- Born: July 30, 1942 Minneapolis, Minnesota, U.S.
- Died: January 8, 2013 (aged 70) McLean, Virginia, U.S.
- Genres: Pop
- Labels: Warner Bros.; A&M Records; Sundazed
- Formerly of: The Association, The Beach Boys, The Garden Club, The Purple Gang, Dennis Olivieri

= Tandyn Almer =

American songwriter, musician, and record producer (1942–2013)

Tandyn Douglas Almer (July 30, 1942 – January 8, 2013) was an American songwriter, musician, and record producer who wrote the 1966 song "Along Comes Mary" for the Association. He also wrote, co-wrote, and produced numerous other songs performed by artists such as the Beach Boys, the Purple Gang, the Garden Club, and Dennis Olivieri. In the early 1970s, he was a close friend and collaborator of Brian Wilson, co-writing the Beach Boys' singles "Marcella" (1972) and "Sail On, Sailor" (1973).

==Early life==
Almer was born in Minneapolis. During his adolescence, he attended a music conservatory in Minnesota and became fascinated with the music of John Coltrane, Miles Davis and Ahmad Jamal. At age 17, he quit high school and moved to Chicago to become a jazz pianist. In the early 1960s, he relocated once more to Los Angeles where his musical interests shifted to pop and rock after he became enamored by the oeuvre of Bob Dylan. During this period, he attended Los Angeles City College.

==Career==
His most prominent achievement was writing the 1966 U.S. Top 10 hit "Along Comes Mary" for the Association. Claudia Ford, then married to Association producer Curt Boettcher, claimed that Almer wrote "Along Comes Mary" as a slow song. Boettcher helped Almer arrange the tune, sang the vocal on the demo and accelerated the tempo. That version, as provided to the Association, became the group's breakthrough single from their debut album, which Boettcher produced. The two also co-wrote "Message of Our Love", another song on the same album. After the success of "Along Comes Mary", Almer was featured alongside Frank Zappa, Graham Nash, Roger McGuinn, and Brian Wilson on Inside Pop: The Rock Revolution, a 1967 CBS News documentary presented by Leonard Bernstein. Almer's sole non-posthumous commercial release under his own name was "Degeneration Gap", a piano-driven single released by Warner Bros. in 1969.

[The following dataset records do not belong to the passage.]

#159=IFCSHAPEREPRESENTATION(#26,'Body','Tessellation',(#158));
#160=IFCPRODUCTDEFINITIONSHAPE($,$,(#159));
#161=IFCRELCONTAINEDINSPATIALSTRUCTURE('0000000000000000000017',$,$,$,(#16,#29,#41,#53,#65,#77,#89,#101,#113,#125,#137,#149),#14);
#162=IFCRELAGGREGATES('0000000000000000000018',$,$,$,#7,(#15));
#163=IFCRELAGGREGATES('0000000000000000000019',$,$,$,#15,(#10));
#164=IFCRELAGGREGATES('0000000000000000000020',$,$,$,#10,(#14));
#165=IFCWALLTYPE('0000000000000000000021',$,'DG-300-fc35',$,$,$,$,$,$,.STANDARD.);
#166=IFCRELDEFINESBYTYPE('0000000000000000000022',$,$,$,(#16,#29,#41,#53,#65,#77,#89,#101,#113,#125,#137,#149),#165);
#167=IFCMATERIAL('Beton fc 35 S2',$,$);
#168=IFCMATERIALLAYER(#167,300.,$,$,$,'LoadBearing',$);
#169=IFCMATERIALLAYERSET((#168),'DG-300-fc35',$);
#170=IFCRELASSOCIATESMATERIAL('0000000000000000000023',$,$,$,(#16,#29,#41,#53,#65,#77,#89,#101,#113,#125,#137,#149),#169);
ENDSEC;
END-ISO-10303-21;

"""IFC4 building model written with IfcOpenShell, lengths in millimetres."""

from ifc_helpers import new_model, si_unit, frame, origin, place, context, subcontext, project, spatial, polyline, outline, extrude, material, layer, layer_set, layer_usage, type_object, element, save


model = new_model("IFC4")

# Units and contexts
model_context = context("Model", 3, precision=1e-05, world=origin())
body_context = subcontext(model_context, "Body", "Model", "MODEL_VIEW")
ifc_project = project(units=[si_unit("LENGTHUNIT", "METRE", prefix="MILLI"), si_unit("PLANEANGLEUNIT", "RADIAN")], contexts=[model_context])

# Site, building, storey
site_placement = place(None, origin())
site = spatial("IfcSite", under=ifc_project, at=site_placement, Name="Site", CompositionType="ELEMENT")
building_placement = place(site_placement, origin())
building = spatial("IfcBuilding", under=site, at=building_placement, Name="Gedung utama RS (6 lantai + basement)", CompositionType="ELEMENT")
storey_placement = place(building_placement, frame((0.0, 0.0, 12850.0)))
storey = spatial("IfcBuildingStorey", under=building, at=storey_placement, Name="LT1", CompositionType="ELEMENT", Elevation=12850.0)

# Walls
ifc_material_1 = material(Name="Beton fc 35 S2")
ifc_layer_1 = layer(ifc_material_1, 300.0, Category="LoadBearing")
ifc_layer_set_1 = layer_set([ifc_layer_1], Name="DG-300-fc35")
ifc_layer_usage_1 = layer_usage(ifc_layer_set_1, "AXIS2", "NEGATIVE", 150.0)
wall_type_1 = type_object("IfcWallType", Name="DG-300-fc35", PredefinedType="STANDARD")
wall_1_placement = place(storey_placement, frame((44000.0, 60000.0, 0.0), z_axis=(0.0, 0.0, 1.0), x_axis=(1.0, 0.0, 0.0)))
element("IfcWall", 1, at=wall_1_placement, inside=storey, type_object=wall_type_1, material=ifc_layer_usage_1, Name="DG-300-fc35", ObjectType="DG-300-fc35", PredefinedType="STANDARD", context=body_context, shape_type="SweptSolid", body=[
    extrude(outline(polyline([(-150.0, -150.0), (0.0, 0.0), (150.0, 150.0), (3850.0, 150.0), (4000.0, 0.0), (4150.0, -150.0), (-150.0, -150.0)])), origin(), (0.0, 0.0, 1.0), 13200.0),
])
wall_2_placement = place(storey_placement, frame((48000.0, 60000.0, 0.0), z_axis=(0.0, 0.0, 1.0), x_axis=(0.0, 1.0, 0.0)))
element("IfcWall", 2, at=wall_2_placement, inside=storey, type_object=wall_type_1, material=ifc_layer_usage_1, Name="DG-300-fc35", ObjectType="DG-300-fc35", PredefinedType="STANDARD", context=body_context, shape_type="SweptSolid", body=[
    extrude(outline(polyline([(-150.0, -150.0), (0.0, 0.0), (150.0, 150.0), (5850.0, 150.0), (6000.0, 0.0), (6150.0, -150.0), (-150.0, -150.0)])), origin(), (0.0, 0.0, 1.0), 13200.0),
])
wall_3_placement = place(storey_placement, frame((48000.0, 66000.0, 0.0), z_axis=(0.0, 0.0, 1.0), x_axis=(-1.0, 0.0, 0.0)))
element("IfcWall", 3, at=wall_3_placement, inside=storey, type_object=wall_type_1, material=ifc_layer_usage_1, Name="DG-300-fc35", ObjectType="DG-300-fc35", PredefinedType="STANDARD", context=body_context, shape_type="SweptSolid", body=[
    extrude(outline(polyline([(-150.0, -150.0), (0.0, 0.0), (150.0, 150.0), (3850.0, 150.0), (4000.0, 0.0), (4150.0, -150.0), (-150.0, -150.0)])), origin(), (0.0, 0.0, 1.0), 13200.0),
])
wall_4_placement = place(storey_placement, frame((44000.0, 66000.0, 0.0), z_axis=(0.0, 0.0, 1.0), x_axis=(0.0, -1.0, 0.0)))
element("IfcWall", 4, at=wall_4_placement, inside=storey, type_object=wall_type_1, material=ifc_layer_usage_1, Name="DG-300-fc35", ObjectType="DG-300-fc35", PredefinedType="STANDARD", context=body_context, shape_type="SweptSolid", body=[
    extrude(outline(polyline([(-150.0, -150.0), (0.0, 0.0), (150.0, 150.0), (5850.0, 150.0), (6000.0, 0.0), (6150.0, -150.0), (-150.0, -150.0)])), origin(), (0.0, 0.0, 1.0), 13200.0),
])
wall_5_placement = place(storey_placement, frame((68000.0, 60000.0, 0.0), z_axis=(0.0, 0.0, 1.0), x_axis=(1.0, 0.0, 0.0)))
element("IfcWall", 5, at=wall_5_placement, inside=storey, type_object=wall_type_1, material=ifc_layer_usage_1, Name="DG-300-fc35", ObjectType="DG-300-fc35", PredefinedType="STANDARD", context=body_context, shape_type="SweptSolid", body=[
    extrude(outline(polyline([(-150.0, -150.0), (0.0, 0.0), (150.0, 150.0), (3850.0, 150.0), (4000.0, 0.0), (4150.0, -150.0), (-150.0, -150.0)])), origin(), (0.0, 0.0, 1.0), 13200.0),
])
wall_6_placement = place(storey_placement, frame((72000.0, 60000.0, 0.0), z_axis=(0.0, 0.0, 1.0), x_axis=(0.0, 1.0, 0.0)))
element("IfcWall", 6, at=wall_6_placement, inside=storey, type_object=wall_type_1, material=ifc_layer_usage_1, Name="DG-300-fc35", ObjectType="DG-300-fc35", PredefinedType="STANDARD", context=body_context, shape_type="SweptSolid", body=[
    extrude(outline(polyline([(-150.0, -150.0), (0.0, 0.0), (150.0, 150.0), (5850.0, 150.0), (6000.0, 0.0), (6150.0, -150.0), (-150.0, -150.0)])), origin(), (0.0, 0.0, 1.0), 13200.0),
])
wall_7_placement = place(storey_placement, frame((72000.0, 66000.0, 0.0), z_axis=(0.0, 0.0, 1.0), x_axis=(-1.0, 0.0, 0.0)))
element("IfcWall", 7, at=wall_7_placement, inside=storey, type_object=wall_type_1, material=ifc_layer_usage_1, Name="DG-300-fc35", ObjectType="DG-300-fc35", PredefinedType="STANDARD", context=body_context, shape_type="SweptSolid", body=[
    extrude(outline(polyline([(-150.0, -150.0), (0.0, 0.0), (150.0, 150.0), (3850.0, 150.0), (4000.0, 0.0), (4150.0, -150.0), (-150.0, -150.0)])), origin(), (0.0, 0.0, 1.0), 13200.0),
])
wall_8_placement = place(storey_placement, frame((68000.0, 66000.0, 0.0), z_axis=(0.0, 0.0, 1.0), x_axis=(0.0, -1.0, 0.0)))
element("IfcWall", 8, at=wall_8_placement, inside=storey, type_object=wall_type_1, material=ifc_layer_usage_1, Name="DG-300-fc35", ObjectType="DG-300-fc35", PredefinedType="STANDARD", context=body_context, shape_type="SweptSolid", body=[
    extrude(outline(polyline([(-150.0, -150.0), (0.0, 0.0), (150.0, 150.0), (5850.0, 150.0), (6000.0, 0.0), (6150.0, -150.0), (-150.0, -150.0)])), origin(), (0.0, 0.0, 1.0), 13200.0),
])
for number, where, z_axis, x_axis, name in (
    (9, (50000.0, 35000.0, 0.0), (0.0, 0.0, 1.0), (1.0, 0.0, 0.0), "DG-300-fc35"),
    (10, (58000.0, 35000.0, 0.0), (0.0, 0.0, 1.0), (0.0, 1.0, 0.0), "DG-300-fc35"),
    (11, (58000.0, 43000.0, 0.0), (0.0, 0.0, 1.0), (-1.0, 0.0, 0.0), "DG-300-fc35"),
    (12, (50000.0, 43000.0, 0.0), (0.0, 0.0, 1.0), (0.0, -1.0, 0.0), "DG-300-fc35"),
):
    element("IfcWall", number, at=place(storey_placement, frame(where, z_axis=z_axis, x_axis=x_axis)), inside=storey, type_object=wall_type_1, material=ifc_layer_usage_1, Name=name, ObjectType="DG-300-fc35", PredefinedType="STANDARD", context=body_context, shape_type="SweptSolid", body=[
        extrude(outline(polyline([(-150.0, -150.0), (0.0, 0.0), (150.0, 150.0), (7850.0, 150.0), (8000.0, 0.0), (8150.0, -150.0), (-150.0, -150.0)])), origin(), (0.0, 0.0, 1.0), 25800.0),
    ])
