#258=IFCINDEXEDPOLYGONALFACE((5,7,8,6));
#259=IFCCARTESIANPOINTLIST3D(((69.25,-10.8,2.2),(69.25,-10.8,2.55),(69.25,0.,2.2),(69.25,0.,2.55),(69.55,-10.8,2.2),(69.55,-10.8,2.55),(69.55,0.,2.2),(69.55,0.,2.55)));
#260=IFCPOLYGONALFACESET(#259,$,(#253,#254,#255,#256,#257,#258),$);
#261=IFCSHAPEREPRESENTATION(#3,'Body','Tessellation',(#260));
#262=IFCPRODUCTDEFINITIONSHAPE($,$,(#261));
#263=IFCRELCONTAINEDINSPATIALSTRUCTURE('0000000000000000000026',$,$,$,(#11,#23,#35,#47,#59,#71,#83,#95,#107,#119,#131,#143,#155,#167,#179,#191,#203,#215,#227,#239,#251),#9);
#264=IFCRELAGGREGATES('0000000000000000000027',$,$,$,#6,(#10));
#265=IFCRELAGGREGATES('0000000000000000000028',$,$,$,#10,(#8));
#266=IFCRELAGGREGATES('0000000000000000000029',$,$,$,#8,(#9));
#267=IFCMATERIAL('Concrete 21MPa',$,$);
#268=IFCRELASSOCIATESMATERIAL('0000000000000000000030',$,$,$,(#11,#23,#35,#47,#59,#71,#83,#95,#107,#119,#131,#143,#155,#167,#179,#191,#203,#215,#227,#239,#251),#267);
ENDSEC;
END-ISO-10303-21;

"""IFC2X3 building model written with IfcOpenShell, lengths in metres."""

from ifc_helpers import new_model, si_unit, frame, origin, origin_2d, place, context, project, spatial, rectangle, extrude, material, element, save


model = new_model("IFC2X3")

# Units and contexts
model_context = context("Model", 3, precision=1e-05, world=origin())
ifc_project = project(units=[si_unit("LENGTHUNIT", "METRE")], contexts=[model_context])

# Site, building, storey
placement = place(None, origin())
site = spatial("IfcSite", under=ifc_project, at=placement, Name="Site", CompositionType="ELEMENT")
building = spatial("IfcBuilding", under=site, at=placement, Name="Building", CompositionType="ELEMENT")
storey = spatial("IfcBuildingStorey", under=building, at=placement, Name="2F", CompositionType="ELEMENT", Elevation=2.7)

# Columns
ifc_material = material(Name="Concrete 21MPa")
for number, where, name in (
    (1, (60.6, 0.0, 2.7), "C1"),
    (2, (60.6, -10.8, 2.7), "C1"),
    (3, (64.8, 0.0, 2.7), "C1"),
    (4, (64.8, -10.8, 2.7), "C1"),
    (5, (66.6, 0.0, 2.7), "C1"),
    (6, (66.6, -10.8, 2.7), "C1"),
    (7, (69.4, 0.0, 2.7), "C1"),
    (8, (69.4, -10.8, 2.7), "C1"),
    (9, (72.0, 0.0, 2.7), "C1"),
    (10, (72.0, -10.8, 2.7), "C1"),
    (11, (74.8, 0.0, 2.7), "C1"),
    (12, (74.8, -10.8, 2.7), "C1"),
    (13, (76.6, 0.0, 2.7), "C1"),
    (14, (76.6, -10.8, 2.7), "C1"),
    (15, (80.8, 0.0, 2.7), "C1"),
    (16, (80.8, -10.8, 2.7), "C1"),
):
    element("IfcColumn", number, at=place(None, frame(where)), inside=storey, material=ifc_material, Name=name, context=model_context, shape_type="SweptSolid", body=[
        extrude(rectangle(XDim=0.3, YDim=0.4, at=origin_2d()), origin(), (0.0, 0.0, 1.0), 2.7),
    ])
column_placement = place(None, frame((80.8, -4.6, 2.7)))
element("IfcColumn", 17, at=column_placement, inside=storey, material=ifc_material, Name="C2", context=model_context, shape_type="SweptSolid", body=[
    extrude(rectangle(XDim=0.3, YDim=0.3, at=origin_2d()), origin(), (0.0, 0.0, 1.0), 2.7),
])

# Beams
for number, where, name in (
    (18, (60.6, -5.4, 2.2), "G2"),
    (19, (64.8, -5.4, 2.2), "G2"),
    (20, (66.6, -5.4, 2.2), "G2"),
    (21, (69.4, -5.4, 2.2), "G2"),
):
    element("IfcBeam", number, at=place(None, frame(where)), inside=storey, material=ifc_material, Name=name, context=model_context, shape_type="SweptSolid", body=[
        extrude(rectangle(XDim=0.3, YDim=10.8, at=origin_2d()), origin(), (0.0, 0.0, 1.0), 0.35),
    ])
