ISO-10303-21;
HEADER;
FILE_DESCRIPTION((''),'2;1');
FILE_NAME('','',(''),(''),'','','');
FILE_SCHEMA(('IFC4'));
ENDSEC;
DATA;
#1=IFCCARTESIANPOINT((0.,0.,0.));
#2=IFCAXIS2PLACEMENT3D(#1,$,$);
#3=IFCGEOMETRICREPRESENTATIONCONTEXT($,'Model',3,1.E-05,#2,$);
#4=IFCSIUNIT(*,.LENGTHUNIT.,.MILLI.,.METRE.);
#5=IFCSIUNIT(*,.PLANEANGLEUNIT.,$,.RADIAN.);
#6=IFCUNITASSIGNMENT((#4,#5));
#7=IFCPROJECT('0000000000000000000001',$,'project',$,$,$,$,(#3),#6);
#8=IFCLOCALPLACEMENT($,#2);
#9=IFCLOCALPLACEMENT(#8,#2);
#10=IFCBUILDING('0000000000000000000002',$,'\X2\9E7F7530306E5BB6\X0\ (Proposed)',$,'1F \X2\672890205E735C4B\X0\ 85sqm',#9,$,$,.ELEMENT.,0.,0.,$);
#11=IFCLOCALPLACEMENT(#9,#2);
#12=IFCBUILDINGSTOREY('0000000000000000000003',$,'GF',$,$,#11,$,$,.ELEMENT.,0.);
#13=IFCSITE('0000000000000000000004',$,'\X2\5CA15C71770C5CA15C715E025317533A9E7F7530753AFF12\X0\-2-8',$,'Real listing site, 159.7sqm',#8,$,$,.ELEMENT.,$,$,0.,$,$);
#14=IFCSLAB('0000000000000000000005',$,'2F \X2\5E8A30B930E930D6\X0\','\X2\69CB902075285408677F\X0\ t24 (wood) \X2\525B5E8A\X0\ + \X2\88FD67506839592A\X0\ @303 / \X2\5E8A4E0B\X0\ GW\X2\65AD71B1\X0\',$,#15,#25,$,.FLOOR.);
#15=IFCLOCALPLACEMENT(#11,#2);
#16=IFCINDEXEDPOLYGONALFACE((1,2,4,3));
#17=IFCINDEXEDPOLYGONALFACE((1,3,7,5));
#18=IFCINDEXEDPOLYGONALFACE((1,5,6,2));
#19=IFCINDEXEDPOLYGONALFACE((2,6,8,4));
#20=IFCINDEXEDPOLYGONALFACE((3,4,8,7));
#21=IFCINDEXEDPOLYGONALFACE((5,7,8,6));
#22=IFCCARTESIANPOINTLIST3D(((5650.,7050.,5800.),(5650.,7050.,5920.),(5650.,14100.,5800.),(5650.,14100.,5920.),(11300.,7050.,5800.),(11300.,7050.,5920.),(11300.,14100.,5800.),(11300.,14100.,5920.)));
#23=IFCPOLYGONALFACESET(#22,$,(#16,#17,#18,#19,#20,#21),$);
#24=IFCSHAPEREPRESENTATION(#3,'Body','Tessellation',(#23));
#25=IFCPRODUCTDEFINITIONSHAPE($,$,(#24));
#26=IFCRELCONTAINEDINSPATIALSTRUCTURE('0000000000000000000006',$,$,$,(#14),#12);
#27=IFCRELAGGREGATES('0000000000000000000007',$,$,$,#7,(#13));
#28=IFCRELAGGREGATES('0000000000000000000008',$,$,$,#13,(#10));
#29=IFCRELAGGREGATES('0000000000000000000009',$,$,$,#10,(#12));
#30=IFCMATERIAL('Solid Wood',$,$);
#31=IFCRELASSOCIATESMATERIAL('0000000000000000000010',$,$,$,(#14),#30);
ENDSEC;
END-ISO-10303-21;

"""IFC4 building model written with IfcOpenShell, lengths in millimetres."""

from ifc_helpers import new_model, si_unit, frame, frame_2d, origin, place, context, project, spatial, rectangle, extrude, material, element, save


model = new_model("IFC4")

# Units and contexts
model_context = context("Model", 3, precision=1e-05, world=origin())
ifc_project = project(units=[si_unit("LENGTHUNIT", "METRE", prefix="MILLI"), si_unit("PLANEANGLEUNIT", "RADIAN")], contexts=[model_context])

# Site, building, storey
site_placement = place(None, origin())
site = spatial("IfcSite", under=ifc_project, at=site_placement, Name="岡山県岡山市北区鹿田町２-2-8", ObjectType="Real listing site, 159.7sqm", CompositionType="ELEMENT", RefElevation=0.0)
building_placement = place(site_placement, origin())
building = spatial("IfcBuilding", under=site, at=building_placement, Name="鹿田の家 (Proposed)", ObjectType="1F 木造平屋 85sqm", CompositionType="ELEMENT", ElevationOfRefHeight=0.0, ElevationOfTerrain=0.0)
storey_placement = place(building_placement, origin())
storey = spatial("IfcBuildingStorey", under=building, at=storey_placement, Name="GF", CompositionType="ELEMENT", Elevation=0.0)

# Slab
ifc_material_1 = material(Name="Solid Wood")
slab_placement = place(storey_placement, frame((2825.0, 3525.0, 2900.0)))
element("IfcSlab", 1, at=slab_placement, inside=storey, material=ifc_material_1, Name="2F 床スラブ", Description="構造用合板 t24 (wood) 剛床 + 製材根太 @303 / 床下 GW断熱", PredefinedType="FLOOR", context=model_context, shape_type="SweptSolid", body=[
    extrude(rectangle(XDim=5650.0, YDim=7050.0, at=frame_2d((2825.0, 3525.0))), frame((2825.0, 3525.0, 2900.0)), (0.0, 0.0, 1.0), 120.0),
])

save(model, "model.ifc")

In 1970, he produced the Dennis Olivieri album Come to the Party. While a songwriter for A&M Records in the early 1970s, he was introduced to and became friends with Brian Wilson; in a 2010 interview, Wilson characterized Almer as his "best friend". According to musician Joseph Deaguero, who introduced Almer to Wilson, "Everyone thought he was going to be the next Dylan or Elton John. Tandyn was totally an eccentric, but he was in a league of his own. You listen to his music and say, 'God, this guy was really good.'" Although they ultimately became estranged owing to a variety of factors (including Almer's alleged theft of recording equipment from the Beach Boys Studio and an alleged extramarital affair between Marilyn Wilson and Almer), the two collaborated in the early 1970s on several projects, including an aborted album of re-recorded Beach Boys songs with more topical lyrics for A&M, an intensive weeklong study of George Gershwin's "Rhapsody in Blue" and the Beach Boys singles "Marcella" and "Sail On, Sailor". While frequently caricatured by Beach Boys insiders as a kind of precocious/debaucherous corollary to Wilson's 1966-67 social circle, Almer encouraged Wilson to continue to seek professional remediation of his mental health condition throughout their friendship, which largely coincided with one of the most psychologically tumultuous periods in the songwriter's life.

During this period, Almer invented a water pipe called the Slave-Master, described by Jack S. Margolis and Richard Clorfene in A Child's Garden of Grass as "the perfect bong".

Around 1974, Almer moved to the Washington metropolitan area, where he lived for the remainder of his life. Although he wrote songs for the annual Hexagon satirical revue and several fake books (consisting of simplified arrangements of popular songs), he mainly subsisted on "intermittent royalty checks". His bipolar disorder often resulted in "erratic mood swings" and abject insomnia; according to Thomas Bernath (a musician who befriended Almer), "He used to tell me the music got better the longer he stayed awake. He didn't feel like playing until he had been awake for two or three days." Almer continued to record prolifically, amassing a private collection of hundreds of tapes.

==Death==
Almer died in McLean, Virginia on January 8, 2013, aged 70, from a combination of illnesses, including atrial fibrillation, congestive heart failure, and chronic obstructive pulmonary disease. Shortly after, Along Comes Tandyn, an album consisting of demos of his early songs recorded by professional studio musicians, was released in 2013 on Sundazed Music. In the liner notes, Parke Puterbaugh, a former senior editor of Rolling Stone, called Almer "one of the lost and hidden voices of the '60s," adding that Almer "left behind a body of work that's ripe for rediscovery."